A polifonia vocal será o foco dos dois concertos seguintes, primeiro com o Grupo Vocal Olisipo a transportar para o Convento de São Pedro de Alcântara a música da Catedral de Évora, numa antologia de polifonia vocal sacra saída daquele importante centro musical português (dia 17, 16h30). A 22 de Outubro, na Igreja de São Roque, às 21h, o Polyphonos Ensemble fará do seu concerto um encontro entre compositores de destaque na polifonia portuguesa quinhentista, como António Carreira, o Velho, Miguel da Fonseca ou Frei Manuel Cardoso.
A 24 de Outubro, às 16h30, o Convento de São Pedro de Alcântara será cenário para expor, através d'O Bando de Surunyo, o fervor patriota, que ganhava força e se interligava com o fervor religioso, patente nos cânticos criados durante a Guerra da Restauração (1640-1668) que assegurou a independência portuguesa perante Espanha. Entre 29 e 31 de Outubro, por sua vez, ouviremos o Concerto Campestre abordar o vilancico barroco peninsular (Convento de São Pedro de Alcântara, 21h), veremos o Ensemble Bonne Corde a mergulhar nesse mistério que foi a publicação em Londres da música de António Pereira da Costa, mestre da capela da Sé do Funchal no século XVIII e de cujo percurso pouco se conhece (Igreja de São Roque, 21h), e acompanharemos Márcio da Rosa (tenor) e Isabel Calado (fortepiano), num manifesto desejo de preservação de património musical, a interpretarem obras portuguesas dos séculos XVIII e XIX que, ausentes de edição actuais, se mantêm praticamente desconhecidas (Convento de São Pedro de Alcântara, 16h30).

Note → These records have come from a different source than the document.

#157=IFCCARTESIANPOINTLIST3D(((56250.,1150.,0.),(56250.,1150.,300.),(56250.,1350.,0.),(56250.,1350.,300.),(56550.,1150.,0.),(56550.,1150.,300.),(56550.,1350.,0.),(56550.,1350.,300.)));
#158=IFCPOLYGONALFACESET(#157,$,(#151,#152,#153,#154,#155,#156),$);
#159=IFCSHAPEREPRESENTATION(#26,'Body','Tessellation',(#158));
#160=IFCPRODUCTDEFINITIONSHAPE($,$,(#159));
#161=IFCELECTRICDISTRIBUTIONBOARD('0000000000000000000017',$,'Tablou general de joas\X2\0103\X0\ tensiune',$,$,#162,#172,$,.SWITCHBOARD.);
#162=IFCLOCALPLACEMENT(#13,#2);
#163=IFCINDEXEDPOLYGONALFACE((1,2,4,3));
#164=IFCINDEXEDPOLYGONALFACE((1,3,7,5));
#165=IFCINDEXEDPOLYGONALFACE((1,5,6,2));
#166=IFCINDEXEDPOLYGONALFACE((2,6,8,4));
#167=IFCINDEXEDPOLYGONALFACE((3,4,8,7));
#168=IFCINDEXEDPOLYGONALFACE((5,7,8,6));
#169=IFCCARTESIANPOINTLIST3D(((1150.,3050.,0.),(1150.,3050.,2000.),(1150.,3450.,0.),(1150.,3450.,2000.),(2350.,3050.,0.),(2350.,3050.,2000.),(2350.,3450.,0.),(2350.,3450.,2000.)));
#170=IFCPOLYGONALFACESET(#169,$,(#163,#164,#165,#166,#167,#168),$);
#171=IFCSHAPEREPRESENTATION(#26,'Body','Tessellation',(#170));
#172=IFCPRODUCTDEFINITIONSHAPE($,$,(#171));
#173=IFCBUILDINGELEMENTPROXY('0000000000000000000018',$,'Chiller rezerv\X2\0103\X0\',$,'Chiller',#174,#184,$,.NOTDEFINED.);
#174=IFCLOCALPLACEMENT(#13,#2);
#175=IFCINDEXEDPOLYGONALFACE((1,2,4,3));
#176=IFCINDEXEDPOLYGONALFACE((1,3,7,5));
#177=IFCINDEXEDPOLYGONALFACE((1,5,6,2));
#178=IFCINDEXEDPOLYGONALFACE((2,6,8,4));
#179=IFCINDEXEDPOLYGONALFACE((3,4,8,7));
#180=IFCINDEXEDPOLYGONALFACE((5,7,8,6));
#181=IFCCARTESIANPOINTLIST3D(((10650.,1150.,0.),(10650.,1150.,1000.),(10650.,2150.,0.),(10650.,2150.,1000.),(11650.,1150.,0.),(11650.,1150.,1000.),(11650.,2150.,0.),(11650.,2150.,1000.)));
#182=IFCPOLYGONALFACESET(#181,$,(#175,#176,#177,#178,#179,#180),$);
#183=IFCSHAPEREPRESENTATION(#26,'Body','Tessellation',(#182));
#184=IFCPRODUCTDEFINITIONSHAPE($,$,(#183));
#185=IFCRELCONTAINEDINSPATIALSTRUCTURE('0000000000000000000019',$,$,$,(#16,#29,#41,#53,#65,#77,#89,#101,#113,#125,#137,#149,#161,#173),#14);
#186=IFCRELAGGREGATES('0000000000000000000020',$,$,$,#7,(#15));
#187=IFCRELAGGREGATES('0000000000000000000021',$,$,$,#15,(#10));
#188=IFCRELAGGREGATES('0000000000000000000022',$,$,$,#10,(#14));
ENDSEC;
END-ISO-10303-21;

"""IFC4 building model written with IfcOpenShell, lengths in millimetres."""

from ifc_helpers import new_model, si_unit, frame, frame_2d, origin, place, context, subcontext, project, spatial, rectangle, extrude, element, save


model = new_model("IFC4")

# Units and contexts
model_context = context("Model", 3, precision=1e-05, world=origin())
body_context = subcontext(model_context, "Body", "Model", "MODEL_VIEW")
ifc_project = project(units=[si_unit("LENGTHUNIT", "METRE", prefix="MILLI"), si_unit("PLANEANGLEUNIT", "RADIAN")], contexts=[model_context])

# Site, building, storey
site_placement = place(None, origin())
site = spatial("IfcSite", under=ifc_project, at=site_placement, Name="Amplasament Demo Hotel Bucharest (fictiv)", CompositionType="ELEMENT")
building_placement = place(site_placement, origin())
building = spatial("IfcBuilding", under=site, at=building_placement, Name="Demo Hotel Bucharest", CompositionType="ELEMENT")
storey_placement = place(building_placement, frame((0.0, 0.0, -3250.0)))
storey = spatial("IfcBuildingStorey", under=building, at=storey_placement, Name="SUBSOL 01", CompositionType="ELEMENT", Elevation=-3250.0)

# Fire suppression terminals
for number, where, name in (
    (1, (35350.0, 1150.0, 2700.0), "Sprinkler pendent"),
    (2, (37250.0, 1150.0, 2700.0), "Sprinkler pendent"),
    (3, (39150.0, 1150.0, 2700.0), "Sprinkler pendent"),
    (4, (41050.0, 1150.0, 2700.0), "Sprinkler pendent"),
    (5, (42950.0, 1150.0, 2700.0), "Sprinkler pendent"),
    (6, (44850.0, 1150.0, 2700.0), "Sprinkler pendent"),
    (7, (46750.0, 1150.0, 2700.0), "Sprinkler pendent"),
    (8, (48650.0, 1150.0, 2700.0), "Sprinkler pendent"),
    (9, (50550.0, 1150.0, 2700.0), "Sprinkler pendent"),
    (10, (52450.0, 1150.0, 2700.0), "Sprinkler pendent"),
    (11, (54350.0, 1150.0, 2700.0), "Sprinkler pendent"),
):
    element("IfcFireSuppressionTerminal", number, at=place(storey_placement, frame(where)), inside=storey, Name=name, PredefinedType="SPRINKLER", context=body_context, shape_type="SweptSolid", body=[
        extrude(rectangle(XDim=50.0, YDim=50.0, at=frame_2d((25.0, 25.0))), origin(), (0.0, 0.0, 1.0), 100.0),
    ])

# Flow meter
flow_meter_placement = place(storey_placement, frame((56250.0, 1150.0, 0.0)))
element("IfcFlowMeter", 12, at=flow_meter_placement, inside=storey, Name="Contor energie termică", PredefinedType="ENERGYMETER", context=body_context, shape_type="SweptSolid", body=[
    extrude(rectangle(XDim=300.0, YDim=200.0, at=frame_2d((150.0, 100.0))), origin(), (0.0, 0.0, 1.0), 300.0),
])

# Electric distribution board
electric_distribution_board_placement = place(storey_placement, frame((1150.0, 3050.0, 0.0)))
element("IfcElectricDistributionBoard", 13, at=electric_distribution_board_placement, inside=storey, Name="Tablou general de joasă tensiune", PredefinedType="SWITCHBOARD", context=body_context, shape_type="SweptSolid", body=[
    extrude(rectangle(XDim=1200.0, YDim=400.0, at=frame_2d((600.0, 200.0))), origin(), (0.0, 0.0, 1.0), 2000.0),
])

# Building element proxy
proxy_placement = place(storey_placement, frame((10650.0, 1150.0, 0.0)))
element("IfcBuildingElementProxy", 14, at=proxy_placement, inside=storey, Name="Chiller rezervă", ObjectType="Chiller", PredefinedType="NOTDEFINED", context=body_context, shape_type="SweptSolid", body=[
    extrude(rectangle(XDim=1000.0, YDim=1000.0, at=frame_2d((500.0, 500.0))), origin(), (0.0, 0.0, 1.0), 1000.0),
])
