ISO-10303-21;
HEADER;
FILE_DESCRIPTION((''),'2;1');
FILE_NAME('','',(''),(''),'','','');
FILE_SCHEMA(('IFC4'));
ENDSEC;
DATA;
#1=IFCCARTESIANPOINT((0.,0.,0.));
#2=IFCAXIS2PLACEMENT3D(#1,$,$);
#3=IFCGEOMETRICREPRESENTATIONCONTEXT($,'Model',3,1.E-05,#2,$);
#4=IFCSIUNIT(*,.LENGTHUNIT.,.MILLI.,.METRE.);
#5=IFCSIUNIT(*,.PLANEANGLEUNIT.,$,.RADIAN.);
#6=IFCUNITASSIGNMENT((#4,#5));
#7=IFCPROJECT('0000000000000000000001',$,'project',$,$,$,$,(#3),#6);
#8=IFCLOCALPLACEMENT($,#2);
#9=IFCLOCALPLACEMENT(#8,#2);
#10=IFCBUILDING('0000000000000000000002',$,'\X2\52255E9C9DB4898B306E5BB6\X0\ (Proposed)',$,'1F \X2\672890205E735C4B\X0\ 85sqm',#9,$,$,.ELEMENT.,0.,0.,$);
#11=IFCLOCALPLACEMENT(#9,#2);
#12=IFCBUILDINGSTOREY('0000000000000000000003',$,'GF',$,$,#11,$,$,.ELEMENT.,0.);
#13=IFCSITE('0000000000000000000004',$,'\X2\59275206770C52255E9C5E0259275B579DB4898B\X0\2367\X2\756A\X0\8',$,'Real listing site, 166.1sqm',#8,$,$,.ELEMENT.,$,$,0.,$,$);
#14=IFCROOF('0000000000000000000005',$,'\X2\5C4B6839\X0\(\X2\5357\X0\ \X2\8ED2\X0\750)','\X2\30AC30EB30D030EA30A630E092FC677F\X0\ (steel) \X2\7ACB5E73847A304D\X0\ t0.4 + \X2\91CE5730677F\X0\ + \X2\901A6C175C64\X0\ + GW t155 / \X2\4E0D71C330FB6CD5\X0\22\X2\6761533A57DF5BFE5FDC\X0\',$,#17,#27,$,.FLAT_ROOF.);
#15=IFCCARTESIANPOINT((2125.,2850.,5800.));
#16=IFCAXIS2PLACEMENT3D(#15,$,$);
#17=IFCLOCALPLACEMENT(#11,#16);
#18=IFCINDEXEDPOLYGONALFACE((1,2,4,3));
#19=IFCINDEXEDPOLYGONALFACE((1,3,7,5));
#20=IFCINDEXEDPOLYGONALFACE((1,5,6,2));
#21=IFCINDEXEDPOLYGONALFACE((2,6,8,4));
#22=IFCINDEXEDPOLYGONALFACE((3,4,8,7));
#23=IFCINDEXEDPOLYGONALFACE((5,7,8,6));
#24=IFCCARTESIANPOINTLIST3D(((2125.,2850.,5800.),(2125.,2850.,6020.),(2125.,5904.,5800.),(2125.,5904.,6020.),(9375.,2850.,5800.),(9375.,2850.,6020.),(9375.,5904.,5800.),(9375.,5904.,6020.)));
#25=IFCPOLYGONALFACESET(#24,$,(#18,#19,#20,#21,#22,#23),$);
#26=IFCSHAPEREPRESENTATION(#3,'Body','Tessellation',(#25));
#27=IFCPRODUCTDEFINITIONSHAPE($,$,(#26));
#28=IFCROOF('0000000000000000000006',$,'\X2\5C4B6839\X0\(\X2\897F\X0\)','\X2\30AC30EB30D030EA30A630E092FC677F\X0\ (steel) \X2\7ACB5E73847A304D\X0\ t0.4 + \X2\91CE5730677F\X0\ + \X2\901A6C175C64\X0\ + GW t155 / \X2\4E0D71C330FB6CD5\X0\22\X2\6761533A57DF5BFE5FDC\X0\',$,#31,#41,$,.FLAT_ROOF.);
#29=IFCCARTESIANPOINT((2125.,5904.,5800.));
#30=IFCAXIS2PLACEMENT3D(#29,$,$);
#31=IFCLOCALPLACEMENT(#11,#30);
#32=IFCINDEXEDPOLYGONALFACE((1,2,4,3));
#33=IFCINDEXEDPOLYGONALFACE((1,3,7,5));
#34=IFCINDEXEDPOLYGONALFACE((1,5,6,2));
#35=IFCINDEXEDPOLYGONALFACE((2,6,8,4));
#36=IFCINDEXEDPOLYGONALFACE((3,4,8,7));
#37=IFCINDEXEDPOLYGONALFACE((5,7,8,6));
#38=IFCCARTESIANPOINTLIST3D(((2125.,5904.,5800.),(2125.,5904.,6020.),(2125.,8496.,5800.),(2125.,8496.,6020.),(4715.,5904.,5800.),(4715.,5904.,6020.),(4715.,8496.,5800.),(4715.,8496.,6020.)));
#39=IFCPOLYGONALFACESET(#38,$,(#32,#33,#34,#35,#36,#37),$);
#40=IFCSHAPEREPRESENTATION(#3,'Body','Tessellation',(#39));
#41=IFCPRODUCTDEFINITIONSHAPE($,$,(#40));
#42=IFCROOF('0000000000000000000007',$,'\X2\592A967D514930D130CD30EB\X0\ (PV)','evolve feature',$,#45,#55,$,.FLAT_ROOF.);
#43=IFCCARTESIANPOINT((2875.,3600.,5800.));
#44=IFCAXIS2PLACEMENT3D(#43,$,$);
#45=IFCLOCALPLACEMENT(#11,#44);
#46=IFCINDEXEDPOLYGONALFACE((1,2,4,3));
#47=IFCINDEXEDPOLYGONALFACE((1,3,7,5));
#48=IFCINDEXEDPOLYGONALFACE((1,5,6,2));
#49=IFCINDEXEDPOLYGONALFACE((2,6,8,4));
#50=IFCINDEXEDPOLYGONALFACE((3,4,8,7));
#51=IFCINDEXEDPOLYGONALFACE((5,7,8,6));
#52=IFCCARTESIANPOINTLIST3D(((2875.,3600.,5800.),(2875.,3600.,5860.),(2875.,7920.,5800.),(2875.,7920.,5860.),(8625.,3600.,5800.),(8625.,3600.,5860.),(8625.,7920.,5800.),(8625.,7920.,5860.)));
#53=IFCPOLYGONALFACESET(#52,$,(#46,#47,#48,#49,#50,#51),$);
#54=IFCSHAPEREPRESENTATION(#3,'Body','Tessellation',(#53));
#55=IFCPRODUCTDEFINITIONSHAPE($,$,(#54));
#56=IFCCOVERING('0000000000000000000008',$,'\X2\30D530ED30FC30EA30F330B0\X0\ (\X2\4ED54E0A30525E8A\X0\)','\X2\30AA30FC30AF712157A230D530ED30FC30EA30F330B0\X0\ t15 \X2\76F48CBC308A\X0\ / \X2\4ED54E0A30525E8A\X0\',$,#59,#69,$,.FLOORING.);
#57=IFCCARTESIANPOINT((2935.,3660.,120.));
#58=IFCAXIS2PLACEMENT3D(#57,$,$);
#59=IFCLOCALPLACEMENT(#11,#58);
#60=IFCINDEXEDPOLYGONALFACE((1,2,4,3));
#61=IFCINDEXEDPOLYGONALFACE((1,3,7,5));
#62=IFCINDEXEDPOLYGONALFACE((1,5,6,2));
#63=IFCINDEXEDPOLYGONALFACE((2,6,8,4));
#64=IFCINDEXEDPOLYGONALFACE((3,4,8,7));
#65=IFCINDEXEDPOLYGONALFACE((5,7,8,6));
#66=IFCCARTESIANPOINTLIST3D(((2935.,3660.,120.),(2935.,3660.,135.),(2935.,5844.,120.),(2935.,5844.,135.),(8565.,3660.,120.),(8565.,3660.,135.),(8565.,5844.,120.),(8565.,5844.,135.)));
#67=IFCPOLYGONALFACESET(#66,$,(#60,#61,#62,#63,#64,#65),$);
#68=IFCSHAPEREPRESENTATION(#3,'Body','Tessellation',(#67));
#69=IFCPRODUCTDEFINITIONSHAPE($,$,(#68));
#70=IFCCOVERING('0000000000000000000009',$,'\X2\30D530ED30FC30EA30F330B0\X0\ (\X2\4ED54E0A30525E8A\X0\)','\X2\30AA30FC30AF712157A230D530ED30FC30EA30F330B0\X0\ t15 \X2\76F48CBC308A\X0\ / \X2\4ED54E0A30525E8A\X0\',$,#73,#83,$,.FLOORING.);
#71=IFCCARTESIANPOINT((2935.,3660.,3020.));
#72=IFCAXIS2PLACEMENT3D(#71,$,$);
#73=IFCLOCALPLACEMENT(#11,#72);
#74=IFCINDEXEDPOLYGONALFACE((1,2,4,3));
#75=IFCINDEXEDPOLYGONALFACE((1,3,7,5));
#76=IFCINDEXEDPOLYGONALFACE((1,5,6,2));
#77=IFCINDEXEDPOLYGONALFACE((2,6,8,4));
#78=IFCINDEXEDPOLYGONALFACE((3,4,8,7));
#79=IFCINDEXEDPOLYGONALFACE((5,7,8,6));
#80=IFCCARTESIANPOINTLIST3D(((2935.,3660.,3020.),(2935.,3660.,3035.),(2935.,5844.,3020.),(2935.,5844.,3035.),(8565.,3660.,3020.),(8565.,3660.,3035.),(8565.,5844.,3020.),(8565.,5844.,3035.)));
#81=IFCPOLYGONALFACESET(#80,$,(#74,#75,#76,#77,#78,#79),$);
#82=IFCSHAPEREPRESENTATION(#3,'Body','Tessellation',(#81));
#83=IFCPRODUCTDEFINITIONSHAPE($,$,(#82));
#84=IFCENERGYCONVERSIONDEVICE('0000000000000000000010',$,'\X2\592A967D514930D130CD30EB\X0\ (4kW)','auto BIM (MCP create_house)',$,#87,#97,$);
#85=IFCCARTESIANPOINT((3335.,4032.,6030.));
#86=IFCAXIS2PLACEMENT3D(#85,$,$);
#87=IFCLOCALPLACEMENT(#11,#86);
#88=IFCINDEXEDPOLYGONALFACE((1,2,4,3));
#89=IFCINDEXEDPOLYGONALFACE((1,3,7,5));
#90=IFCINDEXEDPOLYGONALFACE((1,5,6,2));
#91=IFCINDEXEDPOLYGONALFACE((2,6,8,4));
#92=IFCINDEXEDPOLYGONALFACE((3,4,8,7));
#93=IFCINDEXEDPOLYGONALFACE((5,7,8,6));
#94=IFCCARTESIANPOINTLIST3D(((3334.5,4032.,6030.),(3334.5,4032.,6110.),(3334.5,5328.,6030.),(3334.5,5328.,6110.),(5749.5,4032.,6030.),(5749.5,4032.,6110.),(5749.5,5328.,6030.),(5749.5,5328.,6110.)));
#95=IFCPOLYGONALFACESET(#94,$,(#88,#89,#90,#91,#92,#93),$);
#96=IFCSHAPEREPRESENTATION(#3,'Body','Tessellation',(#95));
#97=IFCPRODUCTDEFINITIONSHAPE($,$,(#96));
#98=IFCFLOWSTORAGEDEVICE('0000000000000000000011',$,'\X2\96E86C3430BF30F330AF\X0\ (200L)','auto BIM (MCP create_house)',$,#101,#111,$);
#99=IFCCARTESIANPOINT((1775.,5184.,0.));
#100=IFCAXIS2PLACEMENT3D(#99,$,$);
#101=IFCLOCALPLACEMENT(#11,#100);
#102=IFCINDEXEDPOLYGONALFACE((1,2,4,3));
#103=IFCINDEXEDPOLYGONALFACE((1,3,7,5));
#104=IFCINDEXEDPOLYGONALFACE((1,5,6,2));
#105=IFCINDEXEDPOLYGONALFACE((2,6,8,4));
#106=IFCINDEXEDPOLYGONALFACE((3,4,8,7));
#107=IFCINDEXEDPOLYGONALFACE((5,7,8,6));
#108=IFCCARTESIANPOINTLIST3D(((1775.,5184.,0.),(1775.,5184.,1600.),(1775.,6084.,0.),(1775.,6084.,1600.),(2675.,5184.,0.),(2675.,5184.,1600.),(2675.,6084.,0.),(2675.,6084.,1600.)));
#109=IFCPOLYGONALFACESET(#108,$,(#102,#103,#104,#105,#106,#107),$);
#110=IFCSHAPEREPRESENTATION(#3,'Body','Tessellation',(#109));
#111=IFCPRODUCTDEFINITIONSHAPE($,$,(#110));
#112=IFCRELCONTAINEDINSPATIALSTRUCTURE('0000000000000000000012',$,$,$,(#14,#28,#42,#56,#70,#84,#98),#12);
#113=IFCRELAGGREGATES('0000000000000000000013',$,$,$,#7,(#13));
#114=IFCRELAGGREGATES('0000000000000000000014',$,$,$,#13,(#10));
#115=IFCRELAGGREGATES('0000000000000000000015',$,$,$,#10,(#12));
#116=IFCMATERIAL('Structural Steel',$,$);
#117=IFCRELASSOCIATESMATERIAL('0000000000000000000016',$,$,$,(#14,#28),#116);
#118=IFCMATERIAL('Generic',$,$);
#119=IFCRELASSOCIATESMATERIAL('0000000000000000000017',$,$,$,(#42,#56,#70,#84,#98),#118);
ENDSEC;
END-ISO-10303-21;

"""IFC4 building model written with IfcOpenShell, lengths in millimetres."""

from ifc_helpers import new_model, si_unit, frame, frame_2d, origin, place, context, project, spatial, rectangle, extrude, material, element, save


model = new_model("IFC4")

# Units and contexts
model_context = context("Model", 3, precision=1e-05, world=origin())
ifc_project = project(units=[si_unit("LENGTHUNIT", "METRE", prefix="MILLI"), si_unit("PLANEANGLEUNIT", "RADIAN")], contexts=[model_context])

# Site, building, storey
site_placement = place(None, origin())
site = spatial("IfcSite", under=ifc_project, at=site_placement, Name="大分県別府市大字鶴見2367番8", ObjectType="Real listing site, 166.1sqm", CompositionType="ELEMENT", RefElevation=0.0)
building_placement = place(site_placement, origin())
building = spatial("IfcBuilding", under=site, at=building_placement, Name="別府鶴見の家 (Proposed)", ObjectType="1F 木造平屋 85sqm", CompositionType="ELEMENT", ElevationOfRefHeight=0.0, ElevationOfTerrain=0.0)
storey_placement = place(building_placement, origin())
storey = spatial("IfcBuildingStorey", under=building, at=storey_placement, Name="GF", CompositionType="ELEMENT", Elevation=0.0)

# Shared definitions
ifc_material_1 = material(Name="Generic")

# Roofs
ifc_material_2 = material(Name="Structural Steel")
roof_1_placement = place(storey_placement, frame((2125.0, 2850.0, 5800.0)))
element("IfcRoof", 1, at=roof_1_placement, inside=storey, material=ifc_material_2, Name="屋根(南 軒750)", Description="ガルバリウム鋼板 (steel) 立平葺き t0.4 + 野地板 + 通気層 + GW t155 / 不燃・法22条区域対応", PredefinedType="FLAT_ROOF", context=model_context, shape_type="SweptSolid", body=[
    extrude(rectangle(XDim=7250.0, YDim=3054.0, at=frame_2d((3625.0, 1527.0))), frame((2125.0, 2850.0, 5800.0)), (0.0, 0.0, 1.0), 220.0),
])
roof_2_placement = place(storey_placement, frame((2125.0, 5904.0, 5800.0)))
element("IfcRoof", 2, at=roof_2_placement, inside=storey, material=ifc_material_2, Name="屋根(西)", Description="ガルバリウム鋼板 (steel) 立平葺き t0.4 + 野地板 + 通気層 + GW t155 / 不燃・法22条区域対応", PredefinedType="FLAT_ROOF", context=model_context, shape_type="SweptSolid", body=[
    extrude(rectangle(XDim=2590.0, YDim=2592.0, at=frame_2d((1295.0, 1296.0))), frame((2125.0, 5904.0, 5800.0)), (0.0, 0.0, 1.0), 220.0),
])
roof_3_placement = place(storey_placement, frame((2875.0, 3600.0, 5800.0)))
element("IfcRoof", 3, at=roof_3_placement, inside=storey, material=ifc_material_1, Name="太陽光パネル (PV)", Description="evolve feature", PredefinedType="FLAT_ROOF", context=model_context, shape_type="SweptSolid", body=[
    extrude(rectangle(XDim=5750.0, YDim=4320.0, at=frame_2d((2875.0, 2160.0))), frame((2875.0, 3600.0, 5800.0)), (0.0, 0.0, 1.0), 60.0),
])

# Coverings
covering_1_placement = place(storey_placement, frame((2935.0, 3660.0, 120.0)))
element("IfcCovering", 4, at=covering_1_placement, inside=storey, material=ifc_material_1, Name="フローリング (仕上げ床)", Description="オーク無垢フローリング t15 直貼り / 仕上げ床", PredefinedType="FLOORING", context=model_context, shape_type="SweptSolid", body=[
    extrude(rectangle(XDim=5630.0, YDim=2184.0, at=frame_2d((2815.0, 1092.0))), frame((2935.0, 3660.0, 120.0)), (0.0, 0.0, 1.0), 15.0),
])
covering_2_placement = place(storey_placement, frame((2935.0, 3660.0, 3020.0)))
element("IfcCovering", 5, at=covering_2_placement, inside=storey, material=ifc_material_1, Name="フローリング (仕上げ床)", Description="オーク無垢フローリング t15 直貼り / 仕上げ床", PredefinedType="FLOORING", context=model_context, shape_type="SweptSolid", body=[
    extrude(rectangle(XDim=5630.0, YDim=2184.0, at=frame_2d((2815.0, 1092.0))), frame((2935.0, 3660.0, 3020.0)), (0.0, 0.0, 1.0), 15.0),
])

# Energy conversion device
energy_conversion_device_placement = place(storey_placement, frame((3335.0, 4032.0, 6030.0)))
element("IfcEnergyConversionDevice", 6, at=energy_conversion_device_placement, inside=storey, material=ifc_material_1, Name="太陽光パネル (4kW)", Description="auto BIM (MCP create_house)", context=model_context, shape_type="SweptSolid", body=[
    extrude(rectangle(XDim=2415.0, YDim=1296.0, at=frame_2d((1207.0, 648.0))), frame((3335.0, 4032.0, 6030.0)), (0.0, 0.0, 1.0), 80.0),
])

Estreitando laços entre o passado e o presente, o ensemble Capella Duriensis, dirigido pelo organista britânico Jonathan Ayerst, recupera para os nossos tempos pandémicos as memórias da peste em Lisboa, no final do século XVI, intercalando a Missa Pro Defunctis gregoriana com motetos de Damião de Góis, que viveu na capital assolada pela praga (Igreja de São Roque, 6 de Novembro, 21h).
Depois do cruzamento de culturas e tradições ibéricas, essencial para a identidade dos seus povos, proposta pelo concerto dos Sete Lágrimas, dirigidos por Filipe Faria e Sérgio Peixoto (Convento de São Pedro de Alcântara, 7 de Novembro, 16h30), a temporada Música em São Roque encerrará na igreja que lhe dá nome, dia 12 de Novembro, às 21h, com cantatas de Bach e um concerto de G. P. Telleman interpretadas por Mónica Monteiro (soprano) e Pedro Castro (oboé), solistas da Orquestra Barroca da Casa da Música.
Os concertos têm entrada gratuita, limitada à lotação dos espaços. Os bilhetes já podem ser levantados no Museu de São Roque.